A Fuzzy Logic-Based Cryptographic Framework For Real-Time Dynamic Key Generation For Enhanced Data Encryption

TL;DR

This paper introduces a fuzzy logic-based cryptographic framework that dynamically generates encryption keys in real-time, enhancing data security by adapting to system conditions and leveraging hardware trust mechanisms.

Contribution

It proposes a novel fuzzy inference system for real-time key generation that combines system entropy, hardware trust, and fuzzy rules for adaptive encryption.

Findings

Successfully integrates fuzzy logic with hardware-based entropy for key generation

Enhances data security through dynamic, real-time key updates

Applicable to high-assurance and cloud environments

Abstract

With the ever-growing demand for cybersecurity, static key encryption mechanisms are increasingly vulnerable to adversarial attacks due to their deterministic and non-adaptive nature. Brute-force attacks, key compromise, and unauthorized access have become highly common cyber threats.
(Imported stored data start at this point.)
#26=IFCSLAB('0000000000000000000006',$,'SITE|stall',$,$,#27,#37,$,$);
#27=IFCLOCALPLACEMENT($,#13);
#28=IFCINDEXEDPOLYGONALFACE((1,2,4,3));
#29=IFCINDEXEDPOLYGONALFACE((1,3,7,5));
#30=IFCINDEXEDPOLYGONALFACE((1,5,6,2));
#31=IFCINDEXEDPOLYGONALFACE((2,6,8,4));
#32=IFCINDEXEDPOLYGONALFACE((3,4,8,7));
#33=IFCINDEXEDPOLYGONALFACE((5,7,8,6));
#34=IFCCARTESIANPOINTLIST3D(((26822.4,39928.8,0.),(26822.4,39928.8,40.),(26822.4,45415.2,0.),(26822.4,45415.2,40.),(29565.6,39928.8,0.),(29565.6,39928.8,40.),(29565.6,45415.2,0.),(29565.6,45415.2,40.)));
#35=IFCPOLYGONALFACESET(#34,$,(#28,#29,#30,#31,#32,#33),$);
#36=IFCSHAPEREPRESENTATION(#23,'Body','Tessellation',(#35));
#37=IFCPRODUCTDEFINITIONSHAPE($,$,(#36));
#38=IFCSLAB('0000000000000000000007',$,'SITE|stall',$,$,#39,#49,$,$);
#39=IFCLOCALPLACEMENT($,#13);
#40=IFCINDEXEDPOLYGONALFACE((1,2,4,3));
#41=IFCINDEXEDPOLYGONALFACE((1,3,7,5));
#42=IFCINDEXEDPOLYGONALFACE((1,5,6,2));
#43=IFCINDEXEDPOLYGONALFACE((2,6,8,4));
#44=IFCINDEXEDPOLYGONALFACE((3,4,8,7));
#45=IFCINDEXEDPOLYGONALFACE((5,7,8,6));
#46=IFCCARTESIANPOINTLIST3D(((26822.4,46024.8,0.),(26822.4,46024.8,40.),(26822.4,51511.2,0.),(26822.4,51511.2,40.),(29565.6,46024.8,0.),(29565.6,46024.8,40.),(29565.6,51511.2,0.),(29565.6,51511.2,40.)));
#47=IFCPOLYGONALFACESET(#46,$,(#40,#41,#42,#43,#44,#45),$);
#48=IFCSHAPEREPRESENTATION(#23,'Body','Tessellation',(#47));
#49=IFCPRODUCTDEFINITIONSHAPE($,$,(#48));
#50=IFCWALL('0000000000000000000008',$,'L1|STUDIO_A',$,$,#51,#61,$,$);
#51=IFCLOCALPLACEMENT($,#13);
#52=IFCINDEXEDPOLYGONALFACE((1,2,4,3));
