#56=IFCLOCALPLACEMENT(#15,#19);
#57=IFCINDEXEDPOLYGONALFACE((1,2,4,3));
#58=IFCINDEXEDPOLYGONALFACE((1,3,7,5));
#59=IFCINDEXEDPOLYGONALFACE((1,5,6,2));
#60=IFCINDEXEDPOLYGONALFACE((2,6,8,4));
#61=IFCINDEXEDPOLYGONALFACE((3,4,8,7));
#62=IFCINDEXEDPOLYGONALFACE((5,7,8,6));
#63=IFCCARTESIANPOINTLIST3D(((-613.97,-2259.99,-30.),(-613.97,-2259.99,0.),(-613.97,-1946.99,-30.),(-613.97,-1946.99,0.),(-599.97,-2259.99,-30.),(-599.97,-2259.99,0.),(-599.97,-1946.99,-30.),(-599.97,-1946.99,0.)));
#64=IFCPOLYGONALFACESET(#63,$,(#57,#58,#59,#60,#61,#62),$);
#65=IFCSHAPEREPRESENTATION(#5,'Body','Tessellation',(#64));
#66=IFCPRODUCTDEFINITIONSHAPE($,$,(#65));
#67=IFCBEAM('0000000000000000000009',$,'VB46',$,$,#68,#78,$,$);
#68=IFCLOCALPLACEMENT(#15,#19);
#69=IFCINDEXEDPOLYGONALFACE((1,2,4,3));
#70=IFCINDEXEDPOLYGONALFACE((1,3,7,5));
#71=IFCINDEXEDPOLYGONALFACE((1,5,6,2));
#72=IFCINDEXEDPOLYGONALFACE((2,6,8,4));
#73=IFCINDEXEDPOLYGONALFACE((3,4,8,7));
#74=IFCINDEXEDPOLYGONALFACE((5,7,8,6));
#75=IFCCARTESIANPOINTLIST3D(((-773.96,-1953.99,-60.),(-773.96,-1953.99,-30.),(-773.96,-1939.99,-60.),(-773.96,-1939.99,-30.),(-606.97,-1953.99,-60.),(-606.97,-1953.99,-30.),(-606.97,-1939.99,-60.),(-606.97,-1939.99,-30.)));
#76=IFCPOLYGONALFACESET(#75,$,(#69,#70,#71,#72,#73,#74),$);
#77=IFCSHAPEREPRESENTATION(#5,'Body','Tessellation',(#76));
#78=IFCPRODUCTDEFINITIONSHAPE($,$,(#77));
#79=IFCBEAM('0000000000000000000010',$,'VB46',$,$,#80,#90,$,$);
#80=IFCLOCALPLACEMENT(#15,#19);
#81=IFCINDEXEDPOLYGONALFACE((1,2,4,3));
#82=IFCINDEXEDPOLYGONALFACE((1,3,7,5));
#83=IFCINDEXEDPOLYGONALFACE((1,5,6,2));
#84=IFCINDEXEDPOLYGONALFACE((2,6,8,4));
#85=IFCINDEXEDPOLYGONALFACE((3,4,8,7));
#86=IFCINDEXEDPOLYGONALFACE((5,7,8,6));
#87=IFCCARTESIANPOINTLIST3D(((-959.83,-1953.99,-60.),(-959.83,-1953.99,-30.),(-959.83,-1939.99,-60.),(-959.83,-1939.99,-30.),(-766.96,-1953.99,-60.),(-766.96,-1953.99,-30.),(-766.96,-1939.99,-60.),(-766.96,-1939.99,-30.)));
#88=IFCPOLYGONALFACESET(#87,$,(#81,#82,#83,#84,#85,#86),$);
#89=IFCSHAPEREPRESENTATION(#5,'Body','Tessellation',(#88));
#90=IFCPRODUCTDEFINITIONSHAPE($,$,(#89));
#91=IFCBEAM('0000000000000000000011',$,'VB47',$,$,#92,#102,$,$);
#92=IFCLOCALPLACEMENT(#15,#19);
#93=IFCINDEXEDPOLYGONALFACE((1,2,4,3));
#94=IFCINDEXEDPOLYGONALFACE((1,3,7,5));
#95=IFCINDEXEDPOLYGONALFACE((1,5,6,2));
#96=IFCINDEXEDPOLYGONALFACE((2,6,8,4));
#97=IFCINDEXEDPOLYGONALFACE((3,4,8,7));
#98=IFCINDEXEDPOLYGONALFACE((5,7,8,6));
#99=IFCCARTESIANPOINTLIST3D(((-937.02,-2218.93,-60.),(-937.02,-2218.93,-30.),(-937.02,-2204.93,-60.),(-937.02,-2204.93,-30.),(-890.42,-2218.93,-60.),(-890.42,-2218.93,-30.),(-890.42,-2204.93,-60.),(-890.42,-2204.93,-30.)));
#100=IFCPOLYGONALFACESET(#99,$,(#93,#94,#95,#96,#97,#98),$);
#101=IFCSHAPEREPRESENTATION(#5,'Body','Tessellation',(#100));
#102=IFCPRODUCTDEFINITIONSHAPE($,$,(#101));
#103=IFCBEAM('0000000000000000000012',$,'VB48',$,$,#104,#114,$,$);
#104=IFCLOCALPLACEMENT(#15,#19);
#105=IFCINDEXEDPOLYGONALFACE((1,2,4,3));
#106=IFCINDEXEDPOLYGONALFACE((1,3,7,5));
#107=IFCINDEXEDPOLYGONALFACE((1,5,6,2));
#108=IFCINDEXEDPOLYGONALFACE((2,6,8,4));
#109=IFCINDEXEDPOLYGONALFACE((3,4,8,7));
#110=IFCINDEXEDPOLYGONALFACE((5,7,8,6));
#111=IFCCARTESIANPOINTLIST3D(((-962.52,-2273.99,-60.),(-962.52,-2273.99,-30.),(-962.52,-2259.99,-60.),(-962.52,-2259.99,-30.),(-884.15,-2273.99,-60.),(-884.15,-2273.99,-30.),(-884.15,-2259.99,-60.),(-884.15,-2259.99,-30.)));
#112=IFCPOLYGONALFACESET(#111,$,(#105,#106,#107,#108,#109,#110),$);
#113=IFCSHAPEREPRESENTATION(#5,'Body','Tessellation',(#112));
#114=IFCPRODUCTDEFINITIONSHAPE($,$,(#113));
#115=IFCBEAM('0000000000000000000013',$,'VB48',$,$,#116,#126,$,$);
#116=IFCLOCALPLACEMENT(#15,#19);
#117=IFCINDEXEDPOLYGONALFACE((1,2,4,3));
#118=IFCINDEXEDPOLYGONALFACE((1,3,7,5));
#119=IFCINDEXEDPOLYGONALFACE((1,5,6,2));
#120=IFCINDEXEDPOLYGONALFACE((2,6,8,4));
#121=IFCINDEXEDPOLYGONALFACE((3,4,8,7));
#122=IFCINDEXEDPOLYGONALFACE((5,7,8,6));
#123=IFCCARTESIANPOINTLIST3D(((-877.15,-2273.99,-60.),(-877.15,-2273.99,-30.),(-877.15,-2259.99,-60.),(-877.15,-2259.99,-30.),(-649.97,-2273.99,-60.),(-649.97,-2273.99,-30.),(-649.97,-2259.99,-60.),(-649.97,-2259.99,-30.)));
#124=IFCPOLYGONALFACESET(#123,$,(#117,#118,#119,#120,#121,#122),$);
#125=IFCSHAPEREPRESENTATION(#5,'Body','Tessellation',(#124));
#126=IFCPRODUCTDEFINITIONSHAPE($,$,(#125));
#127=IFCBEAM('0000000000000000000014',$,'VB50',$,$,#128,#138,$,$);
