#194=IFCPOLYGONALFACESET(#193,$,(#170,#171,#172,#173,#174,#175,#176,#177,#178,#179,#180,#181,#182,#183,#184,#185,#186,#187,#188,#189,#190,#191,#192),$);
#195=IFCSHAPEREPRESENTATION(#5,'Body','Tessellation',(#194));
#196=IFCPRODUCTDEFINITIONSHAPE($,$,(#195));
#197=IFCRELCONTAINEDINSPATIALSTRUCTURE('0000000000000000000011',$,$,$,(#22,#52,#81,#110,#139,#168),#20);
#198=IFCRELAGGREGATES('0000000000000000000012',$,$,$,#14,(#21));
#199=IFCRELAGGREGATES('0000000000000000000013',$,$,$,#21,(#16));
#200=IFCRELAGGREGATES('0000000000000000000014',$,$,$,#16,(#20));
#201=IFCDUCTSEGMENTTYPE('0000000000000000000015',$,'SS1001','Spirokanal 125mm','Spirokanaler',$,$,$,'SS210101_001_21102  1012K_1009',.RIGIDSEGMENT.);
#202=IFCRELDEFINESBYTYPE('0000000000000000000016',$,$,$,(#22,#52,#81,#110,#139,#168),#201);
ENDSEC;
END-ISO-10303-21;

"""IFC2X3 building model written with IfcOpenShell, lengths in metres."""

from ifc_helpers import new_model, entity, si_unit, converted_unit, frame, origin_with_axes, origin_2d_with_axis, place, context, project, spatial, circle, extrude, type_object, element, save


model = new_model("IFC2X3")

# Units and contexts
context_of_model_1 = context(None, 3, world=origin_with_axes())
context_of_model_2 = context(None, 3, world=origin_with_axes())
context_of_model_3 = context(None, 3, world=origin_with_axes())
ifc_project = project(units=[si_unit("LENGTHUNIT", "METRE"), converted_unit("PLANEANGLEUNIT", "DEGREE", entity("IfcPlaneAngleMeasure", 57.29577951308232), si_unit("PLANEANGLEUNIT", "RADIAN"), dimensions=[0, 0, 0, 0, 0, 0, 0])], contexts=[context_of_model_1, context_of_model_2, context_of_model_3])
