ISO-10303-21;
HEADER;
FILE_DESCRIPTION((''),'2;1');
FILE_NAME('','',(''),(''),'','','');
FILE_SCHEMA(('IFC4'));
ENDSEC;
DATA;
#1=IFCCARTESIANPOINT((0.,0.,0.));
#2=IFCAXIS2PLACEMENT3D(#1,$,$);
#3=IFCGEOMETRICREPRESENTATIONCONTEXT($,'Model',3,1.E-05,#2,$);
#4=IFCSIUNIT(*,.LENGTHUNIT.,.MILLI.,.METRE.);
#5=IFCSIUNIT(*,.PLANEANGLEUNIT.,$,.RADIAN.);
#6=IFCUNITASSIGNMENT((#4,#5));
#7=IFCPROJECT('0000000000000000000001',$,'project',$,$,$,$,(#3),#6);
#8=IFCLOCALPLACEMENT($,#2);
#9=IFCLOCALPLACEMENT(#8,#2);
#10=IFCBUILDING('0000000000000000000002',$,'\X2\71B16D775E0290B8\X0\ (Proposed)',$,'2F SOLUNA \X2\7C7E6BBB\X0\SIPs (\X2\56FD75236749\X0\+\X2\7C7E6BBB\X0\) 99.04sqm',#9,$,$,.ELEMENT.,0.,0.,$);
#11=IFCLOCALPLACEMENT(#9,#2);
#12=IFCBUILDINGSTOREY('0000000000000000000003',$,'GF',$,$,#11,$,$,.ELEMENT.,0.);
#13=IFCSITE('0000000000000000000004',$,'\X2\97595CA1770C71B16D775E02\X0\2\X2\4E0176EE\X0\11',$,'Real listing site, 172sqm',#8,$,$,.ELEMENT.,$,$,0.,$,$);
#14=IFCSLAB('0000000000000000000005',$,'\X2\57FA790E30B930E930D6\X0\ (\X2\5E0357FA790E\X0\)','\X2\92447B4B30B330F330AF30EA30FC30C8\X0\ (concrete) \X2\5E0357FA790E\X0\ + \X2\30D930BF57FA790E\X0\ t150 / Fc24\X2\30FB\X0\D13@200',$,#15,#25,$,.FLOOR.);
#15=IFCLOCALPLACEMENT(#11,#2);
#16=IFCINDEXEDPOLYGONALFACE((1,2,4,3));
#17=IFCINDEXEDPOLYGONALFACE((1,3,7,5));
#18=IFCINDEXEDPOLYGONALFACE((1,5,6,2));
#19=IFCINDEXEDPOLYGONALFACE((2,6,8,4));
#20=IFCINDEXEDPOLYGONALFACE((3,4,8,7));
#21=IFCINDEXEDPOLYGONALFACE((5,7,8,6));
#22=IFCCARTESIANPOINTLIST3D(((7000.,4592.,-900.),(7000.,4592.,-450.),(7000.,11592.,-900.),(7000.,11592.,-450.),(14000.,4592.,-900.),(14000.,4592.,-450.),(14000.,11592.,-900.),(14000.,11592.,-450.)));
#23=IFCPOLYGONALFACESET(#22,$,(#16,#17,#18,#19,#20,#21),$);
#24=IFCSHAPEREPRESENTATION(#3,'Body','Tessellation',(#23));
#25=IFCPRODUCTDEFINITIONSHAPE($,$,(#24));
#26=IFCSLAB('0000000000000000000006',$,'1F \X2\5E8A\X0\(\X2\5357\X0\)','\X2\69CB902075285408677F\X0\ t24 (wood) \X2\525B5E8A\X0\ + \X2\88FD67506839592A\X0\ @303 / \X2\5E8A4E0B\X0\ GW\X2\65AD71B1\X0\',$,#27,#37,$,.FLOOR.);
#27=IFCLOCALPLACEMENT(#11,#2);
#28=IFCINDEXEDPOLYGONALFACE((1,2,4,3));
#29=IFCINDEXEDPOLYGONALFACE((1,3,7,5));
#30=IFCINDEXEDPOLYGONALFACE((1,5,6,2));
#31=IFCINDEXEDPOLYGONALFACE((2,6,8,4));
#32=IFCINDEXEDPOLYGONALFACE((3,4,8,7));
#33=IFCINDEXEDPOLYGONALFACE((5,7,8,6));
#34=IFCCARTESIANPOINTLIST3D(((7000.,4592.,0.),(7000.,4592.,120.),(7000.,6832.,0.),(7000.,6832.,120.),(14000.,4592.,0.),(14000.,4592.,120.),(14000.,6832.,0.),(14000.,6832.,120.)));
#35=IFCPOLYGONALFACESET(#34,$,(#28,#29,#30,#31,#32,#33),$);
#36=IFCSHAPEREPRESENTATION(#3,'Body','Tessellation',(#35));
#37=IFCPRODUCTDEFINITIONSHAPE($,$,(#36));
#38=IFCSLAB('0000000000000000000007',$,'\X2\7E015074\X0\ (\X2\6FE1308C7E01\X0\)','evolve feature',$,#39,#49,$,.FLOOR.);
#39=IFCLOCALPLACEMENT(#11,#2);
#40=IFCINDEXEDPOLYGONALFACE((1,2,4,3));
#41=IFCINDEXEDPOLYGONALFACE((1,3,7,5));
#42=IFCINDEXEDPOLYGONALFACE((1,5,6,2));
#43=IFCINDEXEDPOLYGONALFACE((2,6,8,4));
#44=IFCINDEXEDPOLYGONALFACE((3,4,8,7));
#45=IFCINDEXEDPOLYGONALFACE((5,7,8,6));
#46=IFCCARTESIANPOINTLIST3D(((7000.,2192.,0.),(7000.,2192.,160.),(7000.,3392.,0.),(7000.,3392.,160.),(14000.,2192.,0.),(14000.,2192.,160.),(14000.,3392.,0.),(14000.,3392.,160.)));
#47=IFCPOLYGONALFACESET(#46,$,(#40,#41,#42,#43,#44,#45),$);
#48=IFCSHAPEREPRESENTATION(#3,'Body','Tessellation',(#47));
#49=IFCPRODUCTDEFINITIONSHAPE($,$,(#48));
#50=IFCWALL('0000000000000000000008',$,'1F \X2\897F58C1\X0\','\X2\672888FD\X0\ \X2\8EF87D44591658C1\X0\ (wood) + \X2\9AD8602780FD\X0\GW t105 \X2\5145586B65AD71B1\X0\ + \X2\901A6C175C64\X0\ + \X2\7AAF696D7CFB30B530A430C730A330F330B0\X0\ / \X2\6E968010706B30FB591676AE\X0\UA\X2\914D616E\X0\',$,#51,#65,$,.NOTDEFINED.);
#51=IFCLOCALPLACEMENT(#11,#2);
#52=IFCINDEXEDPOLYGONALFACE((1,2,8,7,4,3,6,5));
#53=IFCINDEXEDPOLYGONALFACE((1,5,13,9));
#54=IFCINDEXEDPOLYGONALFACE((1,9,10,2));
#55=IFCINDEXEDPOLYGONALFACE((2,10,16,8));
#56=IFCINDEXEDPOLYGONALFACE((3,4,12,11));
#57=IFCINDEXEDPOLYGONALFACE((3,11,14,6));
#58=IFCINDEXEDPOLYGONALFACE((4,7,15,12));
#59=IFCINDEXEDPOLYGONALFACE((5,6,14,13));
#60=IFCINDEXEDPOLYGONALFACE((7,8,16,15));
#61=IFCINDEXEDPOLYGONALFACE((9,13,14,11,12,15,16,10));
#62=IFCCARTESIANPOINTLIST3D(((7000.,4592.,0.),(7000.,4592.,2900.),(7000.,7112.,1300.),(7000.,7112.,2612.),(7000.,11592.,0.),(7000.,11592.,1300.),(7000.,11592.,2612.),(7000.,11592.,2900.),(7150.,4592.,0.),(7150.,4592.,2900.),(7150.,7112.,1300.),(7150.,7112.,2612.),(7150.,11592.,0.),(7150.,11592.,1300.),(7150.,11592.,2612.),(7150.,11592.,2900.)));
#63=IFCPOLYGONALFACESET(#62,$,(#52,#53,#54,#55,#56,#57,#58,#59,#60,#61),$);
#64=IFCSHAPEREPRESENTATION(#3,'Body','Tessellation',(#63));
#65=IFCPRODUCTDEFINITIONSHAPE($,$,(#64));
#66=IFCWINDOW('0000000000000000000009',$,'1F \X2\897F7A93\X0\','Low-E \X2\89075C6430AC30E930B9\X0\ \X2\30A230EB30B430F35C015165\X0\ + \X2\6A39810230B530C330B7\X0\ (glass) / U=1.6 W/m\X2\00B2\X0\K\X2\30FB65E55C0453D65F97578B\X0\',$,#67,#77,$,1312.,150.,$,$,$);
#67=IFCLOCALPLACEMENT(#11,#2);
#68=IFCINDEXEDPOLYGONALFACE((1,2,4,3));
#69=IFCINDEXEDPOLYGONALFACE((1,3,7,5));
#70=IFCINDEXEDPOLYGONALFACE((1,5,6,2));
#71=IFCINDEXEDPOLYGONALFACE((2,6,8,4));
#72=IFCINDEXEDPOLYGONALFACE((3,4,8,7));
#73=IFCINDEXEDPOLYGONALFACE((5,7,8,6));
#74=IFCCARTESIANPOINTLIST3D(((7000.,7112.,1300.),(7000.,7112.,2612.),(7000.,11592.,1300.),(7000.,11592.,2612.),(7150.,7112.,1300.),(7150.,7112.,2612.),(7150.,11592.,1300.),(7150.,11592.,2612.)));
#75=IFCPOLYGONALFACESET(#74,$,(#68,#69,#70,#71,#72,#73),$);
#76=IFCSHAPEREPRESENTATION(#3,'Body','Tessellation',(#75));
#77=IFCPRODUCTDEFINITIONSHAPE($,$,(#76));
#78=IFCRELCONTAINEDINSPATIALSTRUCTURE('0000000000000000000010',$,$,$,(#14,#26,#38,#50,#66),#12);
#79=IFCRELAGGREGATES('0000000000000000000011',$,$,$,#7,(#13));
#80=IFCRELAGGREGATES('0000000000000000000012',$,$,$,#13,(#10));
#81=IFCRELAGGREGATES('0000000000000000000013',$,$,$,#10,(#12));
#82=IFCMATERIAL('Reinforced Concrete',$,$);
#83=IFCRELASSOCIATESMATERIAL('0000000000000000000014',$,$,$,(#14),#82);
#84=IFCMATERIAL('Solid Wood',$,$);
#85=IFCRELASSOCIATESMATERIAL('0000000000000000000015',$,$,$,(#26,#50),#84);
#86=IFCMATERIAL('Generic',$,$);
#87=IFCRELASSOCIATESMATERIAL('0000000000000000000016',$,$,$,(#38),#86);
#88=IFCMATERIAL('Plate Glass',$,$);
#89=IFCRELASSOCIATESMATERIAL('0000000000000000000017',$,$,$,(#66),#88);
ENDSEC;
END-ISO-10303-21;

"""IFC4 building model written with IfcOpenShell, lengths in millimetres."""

from ifc_helpers import new_model, si_unit, frame, frame_2d, origin, place, context, project, spatial, rectangle, extrude, material, element, fill, save


model = new_model("IFC4")

# Units and contexts
model_context = context("Model", 3, precision=1e-05, world=origin())
ifc_project = project(units=[si_unit("LENGTHUNIT", "METRE", prefix="MILLI"), si_unit("PLANEANGLEUNIT", "RADIAN")], contexts=[model_context])

# Site, building, storey
site_placement = place(None, origin())
site = spatial("IfcSite", under=ifc_project, at=site_placement, Name="静岡県熱海市2丁目11", ObjectType="Real listing site, 172sqm", CompositionType="ELEMENT", RefElevation=0.0)
building_placement = place(site_placement, origin())
building = spatial("IfcBuilding", under=site, at=building_placement, Name="熱海市邸 (Proposed)", ObjectType="2F SOLUNA 籾殻SIPs (国産杉+籾殻) 99.04sqm", CompositionType="ELEMENT", ElevationOfRefHeight=0.0, ElevationOfTerrain=0.0)
storey_placement = place(building_placement, origin())
storey = spatial("IfcBuildingStorey", under=building, at=storey_placement, Name="GF", CompositionType="ELEMENT", Elevation=0.0)

# Slabs
ifc_material_1 = material(Name="Reinforced Concrete")
slab_1_placement = place(storey_placement, frame((3500.0, 2296.0, -450.0)))
element("IfcSlab", 1, at=slab_1_placement, inside=storey, material=ifc_material_1, Name="基礎スラブ (布基礎)", Description="鉄筋コンクリート (concrete) 布基礎 + ベタ基礎 t150 / Fc24・D13@200", PredefinedType="FLOOR", context=model_context, shape_type="SweptSolid", body=[
    extrude(rectangle(XDim=7000.0, YDim=7000.0, at=frame_2d((3500.0, 3500.0))), frame((3500.0, 2296.0, -450.0)), (0.0, 0.0, 1.0), 450.0),
])
ifc_material_2 = material(Name="Solid Wood")
slab_2_placement = place(storey_placement, frame((3500.0, 2296.0, 0.0)))
element("IfcSlab", 2, at=slab_2_placement, inside=storey, material=ifc_material_2, Name="1F 床(南)", Description="構造用合板 t24 (wood) 剛床 + 製材根太 @303 / 床下 GW断熱", PredefinedType="FLOOR", context=model_context, shape_type="SweptSolid", body=[
    extrude(rectangle(XDim=7000.0, YDim=2240.0, at=frame_2d((3500.0, 1120.0))), frame((3500.0, 2296.0, 0.0)), (0.0, 0.0, 1.0), 120.0),
])
ifc_material_3 = material(Name="Generic")
slab_3_placement = place(storey_placement, frame((3500.0, 1096.0, 0.0)))
element("IfcSlab", 3, at=slab_3_placement, inside=storey, material=ifc_material_3, Name="縁側 (濡れ縁)", Description="evolve feature", PredefinedType="FLOOR", context=model_context, shape_type="SweptSolid", body=[
    extrude(rectangle(XDim=7000.0, YDim=1200.0, at=frame_2d((3500.0, 600.0))), frame((3500.0, 1096.0, 0.0)), (0.0, 0.0, 1.0), 160.0),
])

# Shared definitions
ifc_material_4 = material(Name="Plate Glass")

# Wall, opening, window
wall_1_placement = place(storey_placement, frame((3500.0, 2296.0, 0.0)))
wall_1 = element("IfcWall", 4, at=wall_1_placement, inside=storey, material=ifc_material_2, Name="1F 西壁", Description="木製 軸組外壁 (wood) + 高性能GW t105 充填断熱 + 通気層 + 窯業系サイディング / 準耐火・外皮UA配慮", PredefinedType="NOTDEFINED", context=model_context, shape_type="SweptSolid", body=[
    extrude(rectangle(XDim=150.0, YDim=7000.0, at=frame_2d((75.0, 3500.0))), frame((3500.0, 2296.0, 0.0)), (0.0, 0.0, 1.0), 2900.0),
])
opening_1_placement = place(storey_placement, frame((3500.0, 3556.0, 650.0)))
opening_1 = element("IfcOpeningElement", 5, at=opening_1_placement, cuts=wall_1, PredefinedType="NOTDEFINED", context=model_context, shape_type="SweptSolid", body=[
    extrude(rectangle(XDim=150.0, YDim=4480.0, at=frame_2d((75.0, 2240.0))), frame((3500.0, 3556.0, 650.0)), (0.0, 0.0, 1.0), 1312.0),
])
window_1_placement = place(storey_placement, frame((3500.0, 3556.0, 650.0)))
window_1 = element("IfcWindow", 6, at=window_1_placement, inside=storey, material=ifc_material_4, Name="1F 西窓", Description="Low-E 複層ガラス アルゴン封入 + 樹脂サッシ (glass) / U=1.6 W/m²K・日射取得型", OverallHeight=1312.0, OverallWidth=150.0, context=model_context, shape_type="SweptSolid", body=[
    extrude(rectangle(XDim=150.0, YDim=4480.0, at=frame_2d((75.0, 2240.0))), frame((3500.0, 3556.0, 650.0)), (0.0, 0.0, 1.0), 1312.0),
])
fill(opening_1, window_1)

save(model, "model.ifc")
This research presents a novel fuzzy logic-based cryptographic framework that dynamically generates encryption keys in real-time by accessing system-level entropy and hardware-bound trust. The proposed system leverages a Fuzzy Inference System (FIS) to evaluate system parameters that include CPU utilization, process count, and timestamp variation. It assigns entropy level based on linguistically defined fuzzy rules which are fused with hardware-generated randomness and then securely sealed using a Trusted Platform Module (TPM). The sealed key is incorporated in an AES-GCM encryption scheme to ensure both confidentiality and integrity of the data. This system introduces a scalable solution for adaptive encryption in high-assurance computing, zero-trust environments, and cloud-based infrastructure.